Он не искал ее. Она сама нашла его. Как она догадалась о его планах, о его роли? Он ведь ни слова не говорил, но она обладала каким-то чутьем на эти вещи. Ее ненависть была такой же сильной, как и его. Но у нее это было от истерики, от неуравновешенности душевной… Как странно он думает! Как будто они все не были истеричными и неуравновешенными! Как будто Барановский не злоупотреблял наркотиками, а здоровенный с виду Николаев не закатывал нервные припадки, словно институтка!

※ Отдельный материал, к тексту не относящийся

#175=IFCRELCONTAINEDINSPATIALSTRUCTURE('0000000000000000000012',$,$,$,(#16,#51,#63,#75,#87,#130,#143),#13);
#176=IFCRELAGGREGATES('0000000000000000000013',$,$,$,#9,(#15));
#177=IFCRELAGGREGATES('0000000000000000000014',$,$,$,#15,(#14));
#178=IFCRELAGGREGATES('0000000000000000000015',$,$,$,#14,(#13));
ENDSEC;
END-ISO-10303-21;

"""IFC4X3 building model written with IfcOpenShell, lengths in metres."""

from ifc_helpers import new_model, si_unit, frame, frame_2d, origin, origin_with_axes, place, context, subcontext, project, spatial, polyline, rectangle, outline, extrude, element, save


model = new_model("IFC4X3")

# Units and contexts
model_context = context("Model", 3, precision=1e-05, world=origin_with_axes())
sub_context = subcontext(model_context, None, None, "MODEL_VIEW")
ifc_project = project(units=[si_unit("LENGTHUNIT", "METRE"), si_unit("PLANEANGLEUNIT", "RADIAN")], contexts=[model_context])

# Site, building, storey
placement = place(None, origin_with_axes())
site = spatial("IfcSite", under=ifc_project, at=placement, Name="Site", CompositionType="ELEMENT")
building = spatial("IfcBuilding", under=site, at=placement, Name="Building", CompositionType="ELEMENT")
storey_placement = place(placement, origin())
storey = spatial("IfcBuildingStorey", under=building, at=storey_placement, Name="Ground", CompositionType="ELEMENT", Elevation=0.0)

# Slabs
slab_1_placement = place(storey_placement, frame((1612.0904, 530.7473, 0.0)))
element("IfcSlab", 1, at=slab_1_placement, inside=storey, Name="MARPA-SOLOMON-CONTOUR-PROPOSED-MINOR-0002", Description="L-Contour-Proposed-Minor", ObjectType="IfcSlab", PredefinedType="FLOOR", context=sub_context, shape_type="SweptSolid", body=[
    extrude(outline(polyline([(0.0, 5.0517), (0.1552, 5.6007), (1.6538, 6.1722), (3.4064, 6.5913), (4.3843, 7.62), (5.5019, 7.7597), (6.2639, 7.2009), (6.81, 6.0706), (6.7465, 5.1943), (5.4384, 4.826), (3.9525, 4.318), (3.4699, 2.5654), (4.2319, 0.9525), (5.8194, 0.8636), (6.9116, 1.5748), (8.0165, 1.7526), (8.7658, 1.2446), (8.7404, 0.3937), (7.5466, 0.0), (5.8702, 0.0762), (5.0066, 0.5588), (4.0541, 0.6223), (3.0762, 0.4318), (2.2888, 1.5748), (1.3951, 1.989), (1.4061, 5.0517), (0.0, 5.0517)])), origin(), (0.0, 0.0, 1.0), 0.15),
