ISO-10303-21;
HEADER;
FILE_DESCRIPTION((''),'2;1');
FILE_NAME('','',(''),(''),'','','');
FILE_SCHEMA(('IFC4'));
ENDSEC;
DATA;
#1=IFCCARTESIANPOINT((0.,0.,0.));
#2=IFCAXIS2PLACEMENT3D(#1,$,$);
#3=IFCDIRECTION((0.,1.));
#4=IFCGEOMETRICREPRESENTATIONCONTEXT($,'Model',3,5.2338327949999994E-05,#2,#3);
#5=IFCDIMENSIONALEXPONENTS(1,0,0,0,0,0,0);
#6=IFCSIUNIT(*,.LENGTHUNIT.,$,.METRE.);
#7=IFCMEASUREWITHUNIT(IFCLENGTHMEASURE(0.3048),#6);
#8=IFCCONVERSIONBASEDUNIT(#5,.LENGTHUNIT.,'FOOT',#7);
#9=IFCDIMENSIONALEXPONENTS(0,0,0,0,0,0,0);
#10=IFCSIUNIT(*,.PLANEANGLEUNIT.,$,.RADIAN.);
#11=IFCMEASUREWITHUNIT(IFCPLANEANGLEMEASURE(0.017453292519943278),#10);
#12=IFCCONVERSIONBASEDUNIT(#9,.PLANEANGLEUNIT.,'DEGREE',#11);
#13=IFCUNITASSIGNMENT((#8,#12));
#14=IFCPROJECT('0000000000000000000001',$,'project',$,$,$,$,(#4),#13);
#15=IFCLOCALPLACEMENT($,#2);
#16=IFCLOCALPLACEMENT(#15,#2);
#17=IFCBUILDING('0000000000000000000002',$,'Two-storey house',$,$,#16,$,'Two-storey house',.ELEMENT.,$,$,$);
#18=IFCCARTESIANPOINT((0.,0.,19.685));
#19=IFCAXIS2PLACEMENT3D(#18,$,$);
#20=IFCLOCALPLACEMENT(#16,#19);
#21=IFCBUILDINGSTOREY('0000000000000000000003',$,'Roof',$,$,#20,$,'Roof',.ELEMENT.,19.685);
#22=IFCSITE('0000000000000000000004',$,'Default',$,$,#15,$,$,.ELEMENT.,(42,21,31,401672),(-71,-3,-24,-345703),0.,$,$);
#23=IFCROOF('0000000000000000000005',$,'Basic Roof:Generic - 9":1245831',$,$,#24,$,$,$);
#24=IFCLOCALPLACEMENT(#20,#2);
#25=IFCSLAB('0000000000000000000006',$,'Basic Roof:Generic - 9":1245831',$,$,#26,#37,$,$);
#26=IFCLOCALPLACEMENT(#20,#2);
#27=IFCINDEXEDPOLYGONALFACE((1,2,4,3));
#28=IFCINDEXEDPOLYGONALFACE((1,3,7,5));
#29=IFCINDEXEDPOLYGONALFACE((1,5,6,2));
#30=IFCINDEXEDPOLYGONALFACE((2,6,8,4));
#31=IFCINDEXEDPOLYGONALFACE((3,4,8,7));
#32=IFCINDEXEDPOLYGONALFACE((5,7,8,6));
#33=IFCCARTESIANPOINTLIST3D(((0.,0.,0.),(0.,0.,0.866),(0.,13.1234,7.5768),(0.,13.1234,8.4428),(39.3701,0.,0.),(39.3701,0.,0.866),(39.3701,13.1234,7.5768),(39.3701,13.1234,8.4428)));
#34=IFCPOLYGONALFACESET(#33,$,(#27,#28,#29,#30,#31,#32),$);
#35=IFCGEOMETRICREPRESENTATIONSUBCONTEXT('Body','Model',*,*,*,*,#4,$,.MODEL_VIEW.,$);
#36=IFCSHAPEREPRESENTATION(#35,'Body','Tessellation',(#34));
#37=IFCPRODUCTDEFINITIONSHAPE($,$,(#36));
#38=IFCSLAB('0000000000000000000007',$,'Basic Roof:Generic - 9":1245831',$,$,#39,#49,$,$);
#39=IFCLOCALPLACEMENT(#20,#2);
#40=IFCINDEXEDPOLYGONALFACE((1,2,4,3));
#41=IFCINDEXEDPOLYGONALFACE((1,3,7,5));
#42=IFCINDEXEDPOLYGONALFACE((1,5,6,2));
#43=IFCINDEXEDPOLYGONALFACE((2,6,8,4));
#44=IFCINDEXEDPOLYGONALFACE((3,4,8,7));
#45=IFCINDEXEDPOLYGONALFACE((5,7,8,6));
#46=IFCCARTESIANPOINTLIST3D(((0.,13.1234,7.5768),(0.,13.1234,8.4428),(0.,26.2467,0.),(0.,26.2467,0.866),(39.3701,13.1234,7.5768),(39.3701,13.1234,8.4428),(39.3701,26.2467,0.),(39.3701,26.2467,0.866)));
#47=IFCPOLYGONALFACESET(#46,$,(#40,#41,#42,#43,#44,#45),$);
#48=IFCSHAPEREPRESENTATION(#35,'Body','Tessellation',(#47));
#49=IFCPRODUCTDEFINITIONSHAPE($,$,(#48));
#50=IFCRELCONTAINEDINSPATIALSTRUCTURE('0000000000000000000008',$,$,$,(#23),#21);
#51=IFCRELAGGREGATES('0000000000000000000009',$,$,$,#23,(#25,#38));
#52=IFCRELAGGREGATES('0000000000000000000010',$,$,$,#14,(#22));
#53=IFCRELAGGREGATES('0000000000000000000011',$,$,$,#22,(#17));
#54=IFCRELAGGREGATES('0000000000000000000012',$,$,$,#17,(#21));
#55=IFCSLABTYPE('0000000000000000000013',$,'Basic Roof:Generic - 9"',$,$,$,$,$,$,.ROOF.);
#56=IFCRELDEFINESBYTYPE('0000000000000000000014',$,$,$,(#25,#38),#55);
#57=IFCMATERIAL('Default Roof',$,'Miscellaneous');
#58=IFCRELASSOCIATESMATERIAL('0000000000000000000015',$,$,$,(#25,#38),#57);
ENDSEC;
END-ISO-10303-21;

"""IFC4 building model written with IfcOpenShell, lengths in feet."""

from ifc_helpers import new_model, entity, si_unit, converted_unit, direction, frame, origin, place, context, subcontext, project, spatial, indexed_curve, outline, extrude, material, type_object, element, aggregate, save


model = new_model("IFC4")

# Units and contexts
model_context = context("Model", 3, precision=5.2338327949999994e-05, world=origin(), true_north=direction((0.0, 1.0)))
body_context = subcontext(model_context, "Body", "Model", "MODEL_VIEW")
ifc_project = project(units=[converted_unit("LENGTHUNIT", "FOOT", entity("IfcLengthMeasure", 0.3048), si_unit("LENGTHUNIT", "METRE"), dimensions=[1, 0, 0, 0, 0, 0, 0]), converted_unit("PLANEANGLEUNIT", "DEGREE", entity("IfcPlaneAngleMeasure", 0.017453292519943278), si_unit("PLANEANGLEUNIT", "RADIAN"), dimensions=[0, 0, 0, 0, 0, 0, 0])], contexts=[model_context])

# Site, building, storey
site_placement = place(None, origin())
site = spatial("IfcSite", under=ifc_project, at=site_placement, Name="Default", CompositionType="ELEMENT", RefLatitude=(42, 21, 31, 401672), RefLongitude=(-71, -3, -24, -345703), RefElevation=0.0)
building_placement = place(site_placement, origin())
building = spatial("IfcBuilding", under=site, at=building_placement, Name="Two-storey house", LongName="Two-storey house", CompositionType="ELEMENT")
storey_placement = place(building_placement, frame((0.0, 0.0, 19.685)))
storey = spatial("IfcBuildingStorey", under=building, at=storey_placement, Name="Roof", LongName="Roof", CompositionType="ELEMENT", Elevation=19.685)

# Roof, slabs
roof_placement = place(storey_placement, origin())
roof = element("IfcRoof", 1, at=roof_placement, inside=storey, Name="Basic Roof:Generic - 9\":1245831")
ifc_material = material(Name="Default Roof", Category="Miscellaneous")
slab_type = type_object("IfcSlabType", Name="Basic Roof:Generic - 9\"", PredefinedType="ROOF")
slab_1_placement = place(roof_placement, origin())
slab_1 = element("IfcSlab", 2, at=slab_1_placement, type_object=slab_type, material=ifc_material, Name="Basic Roof:Generic - 9\":1245831", context=body_context, shape_type="SweptSolid", body=[
    extrude(outline(indexed_curve([(19.685, 7.5768), (-19.685, 7.5768), (-19.685, -7.5768), (19.685, -7.5768), (19.685, 7.5768)], self_intersect=False)), frame((19.685, 6.5617, 3.7884), z_axis=(0.0, -0.5, 0.866025), x_axis=(1.0, 0.0, 0.0)), (0.0, 0.5, 0.866025), 0.866),
])
slab_2_placement = place(roof_placement, origin())
slab_2 = element("IfcSlab", 3, at=slab_2_placement, type_object=slab_type, material=ifc_material, Name="Basic Roof:Generic - 9\":1245831", context=body_context, shape_type="SweptSolid", body=[
    extrude(outline(indexed_curve([(-19.685, 7.5768), (-19.685, -7.5768), (19.685, -7.5768), (19.685, 7.5768), (-19.685, 7.5768)], self_intersect=False)), frame((19.685, 19.685, 3.7884), z_axis=(0.0, 0.5, 0.866025), x_axis=(1.0, 0.0, 0.0)), (0.0, -0.5, 0.866025), 0.866),
])
aggregate(roof, [slab_1, slab_2])

save(model, "model.ifc")
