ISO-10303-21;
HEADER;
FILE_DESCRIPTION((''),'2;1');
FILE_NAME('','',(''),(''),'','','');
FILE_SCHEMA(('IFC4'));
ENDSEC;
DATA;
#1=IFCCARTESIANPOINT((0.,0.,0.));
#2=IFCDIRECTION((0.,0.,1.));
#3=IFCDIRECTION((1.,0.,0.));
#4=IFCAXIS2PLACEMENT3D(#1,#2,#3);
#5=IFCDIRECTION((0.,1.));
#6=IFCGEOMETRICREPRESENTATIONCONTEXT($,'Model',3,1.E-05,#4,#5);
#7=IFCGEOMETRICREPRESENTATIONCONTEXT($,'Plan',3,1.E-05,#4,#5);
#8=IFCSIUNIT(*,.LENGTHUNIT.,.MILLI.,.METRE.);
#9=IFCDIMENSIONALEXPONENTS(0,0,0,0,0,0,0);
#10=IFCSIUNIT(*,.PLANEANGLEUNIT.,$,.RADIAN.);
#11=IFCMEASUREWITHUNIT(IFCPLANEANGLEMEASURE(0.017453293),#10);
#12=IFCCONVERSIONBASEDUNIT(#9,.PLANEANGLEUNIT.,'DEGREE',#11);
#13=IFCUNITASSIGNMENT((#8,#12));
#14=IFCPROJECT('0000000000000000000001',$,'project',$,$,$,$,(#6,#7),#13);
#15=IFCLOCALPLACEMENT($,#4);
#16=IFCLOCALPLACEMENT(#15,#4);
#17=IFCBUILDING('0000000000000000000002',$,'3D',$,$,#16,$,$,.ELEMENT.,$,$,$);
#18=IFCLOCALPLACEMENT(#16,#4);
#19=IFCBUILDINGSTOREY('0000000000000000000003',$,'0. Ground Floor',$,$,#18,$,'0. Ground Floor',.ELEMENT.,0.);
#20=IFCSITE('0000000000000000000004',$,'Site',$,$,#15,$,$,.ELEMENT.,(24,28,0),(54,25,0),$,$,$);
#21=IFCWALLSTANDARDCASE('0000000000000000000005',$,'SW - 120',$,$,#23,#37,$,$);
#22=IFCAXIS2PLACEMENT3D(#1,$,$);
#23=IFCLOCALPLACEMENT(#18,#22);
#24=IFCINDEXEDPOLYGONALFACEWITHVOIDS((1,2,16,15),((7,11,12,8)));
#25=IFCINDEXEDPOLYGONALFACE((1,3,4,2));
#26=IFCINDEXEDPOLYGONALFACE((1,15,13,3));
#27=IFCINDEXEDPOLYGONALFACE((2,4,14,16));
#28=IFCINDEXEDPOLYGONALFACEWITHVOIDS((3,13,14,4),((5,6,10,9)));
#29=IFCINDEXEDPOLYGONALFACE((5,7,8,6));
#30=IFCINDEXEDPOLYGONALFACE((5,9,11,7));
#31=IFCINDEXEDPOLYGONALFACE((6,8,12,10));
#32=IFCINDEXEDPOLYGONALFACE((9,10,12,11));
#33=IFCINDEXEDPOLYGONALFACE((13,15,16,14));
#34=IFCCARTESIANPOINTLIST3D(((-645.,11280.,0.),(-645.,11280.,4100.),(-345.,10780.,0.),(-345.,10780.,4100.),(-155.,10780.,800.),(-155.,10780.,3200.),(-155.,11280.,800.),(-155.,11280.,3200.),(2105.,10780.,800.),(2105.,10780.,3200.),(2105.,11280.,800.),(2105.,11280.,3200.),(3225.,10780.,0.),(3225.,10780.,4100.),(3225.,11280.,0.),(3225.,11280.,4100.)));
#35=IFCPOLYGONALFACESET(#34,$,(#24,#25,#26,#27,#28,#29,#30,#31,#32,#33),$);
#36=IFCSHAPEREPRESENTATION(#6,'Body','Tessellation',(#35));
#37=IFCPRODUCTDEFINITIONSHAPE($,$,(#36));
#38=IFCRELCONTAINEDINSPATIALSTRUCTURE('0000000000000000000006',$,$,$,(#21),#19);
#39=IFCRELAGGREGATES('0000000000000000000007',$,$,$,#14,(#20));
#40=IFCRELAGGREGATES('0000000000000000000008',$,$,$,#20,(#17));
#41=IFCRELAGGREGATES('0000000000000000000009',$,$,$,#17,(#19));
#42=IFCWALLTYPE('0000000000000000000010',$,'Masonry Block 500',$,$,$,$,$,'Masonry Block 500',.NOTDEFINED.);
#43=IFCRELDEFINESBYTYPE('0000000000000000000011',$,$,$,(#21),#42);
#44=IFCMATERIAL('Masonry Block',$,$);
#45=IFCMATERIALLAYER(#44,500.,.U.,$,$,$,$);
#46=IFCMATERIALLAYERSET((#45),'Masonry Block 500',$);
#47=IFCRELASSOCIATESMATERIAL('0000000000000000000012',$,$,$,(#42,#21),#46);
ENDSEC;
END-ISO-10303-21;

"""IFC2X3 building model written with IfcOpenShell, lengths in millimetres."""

from ifc_helpers import new_model, entity, si_unit, converted_unit, direction, frame, frame_2d, origin_with_axes, place, context, project, spatial, polyline, rectangle, outline, extrude, material, layer, layer_set, layer_usage, type_object, element, save


model = new_model("IFC2X3")

# Units and contexts
model_context = context("Model", 3, precision=1e-05, world=origin_with_axes(), true_north=direction((0.0, 1.0)))
plan_context = context("Plan", 3, precision=1e-05, world=origin_with_axes(), true_north=direction((0.0, 1.0)))
ifc_project = project(units=[si_unit("LENGTHUNIT", "METRE", prefix="MILLI"), converted_unit("PLANEANGLEUNIT", "DEGREE", entity("IfcPlaneAngleMeasure", 0.017453293), si_unit("PLANEANGLEUNIT", "RADIAN"), dimensions=[0, 0, 0, 0, 0, 0, 0])], contexts=[model_context, plan_context])

# Site, building, storey
site_placement = place(None, origin_with_axes())
site = spatial("IfcSite", under=ifc_project, at=site_placement, Name="Site", CompositionType="ELEMENT", RefLatitude=(24, 28, 0), RefLongitude=(54, 25, 0))
building_placement = place(site_placement, origin_with_axes())
building = spatial("IfcBuilding", under=site, at=building_placement, Name="3D", CompositionType="ELEMENT")
storey_placement = place(building_placement, origin_with_axes())
storey = spatial("IfcBuildingStorey", under=building, at=storey_placement, Name="0. Ground Floor", LongName="0. Ground Floor", CompositionType="ELEMENT", Elevation=0.0)

# Shared definitions
ifc_material_1 = material(Name="Masonry Block")

# Shared definitions
ifc_layer_1 = layer(ifc_material_1, 500.0, ventilated="UNKNOWN")
ifc_layer_set_1 = layer_set([ifc_layer_1], Name="Masonry Block 500")
wall_type_1 = type_object("IfcWallType", Name="Masonry Block 500", ElementType="Masonry Block 500", PredefinedType="NOTDEFINED", material=ifc_layer_set_1)

# Wall, opening
ifc_layer_usage_1 = layer_usage(ifc_layer_set_1, "AXIS2", "NEGATIVE", 0.0)
wall_1_placement = place(storey_placement, frame((-645.0, 11280.0, 0.0), z_axis=(0.0, 0.0, 1.0), x_axis=(1.0, 0.0, 0.0)))
wall_1 = element("IfcWallStandardCase", 1, at=wall_1_placement, inside=storey, type_object=wall_type_1, material=ifc_layer_usage_1, Name="SW - 120", context=model_context, shape_type="SweptSolid", body=[
    extrude(outline(polyline([(300.0, -500.0), (3870.0, -500.0), (3870.0, 0.0), (0.0, 0.0), (300.0, -500.0)])), origin_with_axes(), (0.0, 0.0, 1.0), 4100.0),
])
opening_1_placement = place(wall_1_placement, frame((1620.0, -500.0, 800.0), z_axis=(0.0, 0.0, 1.0), x_axis=(1.0, 0.0, 0.0)))
element("IfcOpeningElement", 2, at=opening_1_placement, cuts=wall_1, ObjectType="Opening", context=model_context, shape_type="SweptSolid", body=[
    extrude(rectangle(XDim=2260.0, YDim=2400.0, at=frame_2d((0.0, 1200.0), x_axis=(1.0, 0.0))), frame((0.0, 0.0, 0.0), z_axis=(0.0, 1.0, 0.0), x_axis=(-1.0, 0.0, 0.0)), (0.0, 0.0, 1.0), 500.0),
])

save(model, "model.ifc")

Да, в тот вечер все шло как обычно. И дверь во флигель была не на замке. Тоже как всегда. Почему-то у них никогда не запиралась дверь. А впрочем, чего им было запираться? Здесь жили нищие люди. Ха! Они ведь ждали, что из хижин их переселят во дворцы. Что ж! Многих действительно переселили. Это ничего не значило: агитационный ход.

Он прошел темным коридором, который был ему так знаком, что он знал, какая половица скрипнет под его ботинком. И, не постучавшись — он никогда не стучал, — нажал на ручку двери. Она поддалась с легким скрипом, который тоже был ему знаком. И он вошел, ничего еще не видя после улицы…

Но глаза постепенно привыкали к темноте, и он различал уже все, на что падал очень слабый свет из окна. Углы все еще были в темноте. Тахта стояла в углу. И хотя ее совсем не было видно, но он уже понял, что там никого нет. В этом не было ничего удивительного. Но когда Белла не ночевала дома, она оставляла ему записку.

Они не должны были рвать связь друг с другом. Ведь он, в конце концов, втянул ее в дело. Конечно, не в «боевую группу», но в «литературную». Листовки, связь с типографией… В этом Белла была сильна и делала все с какой-то даже страстью. Он не мог потерять Беллу…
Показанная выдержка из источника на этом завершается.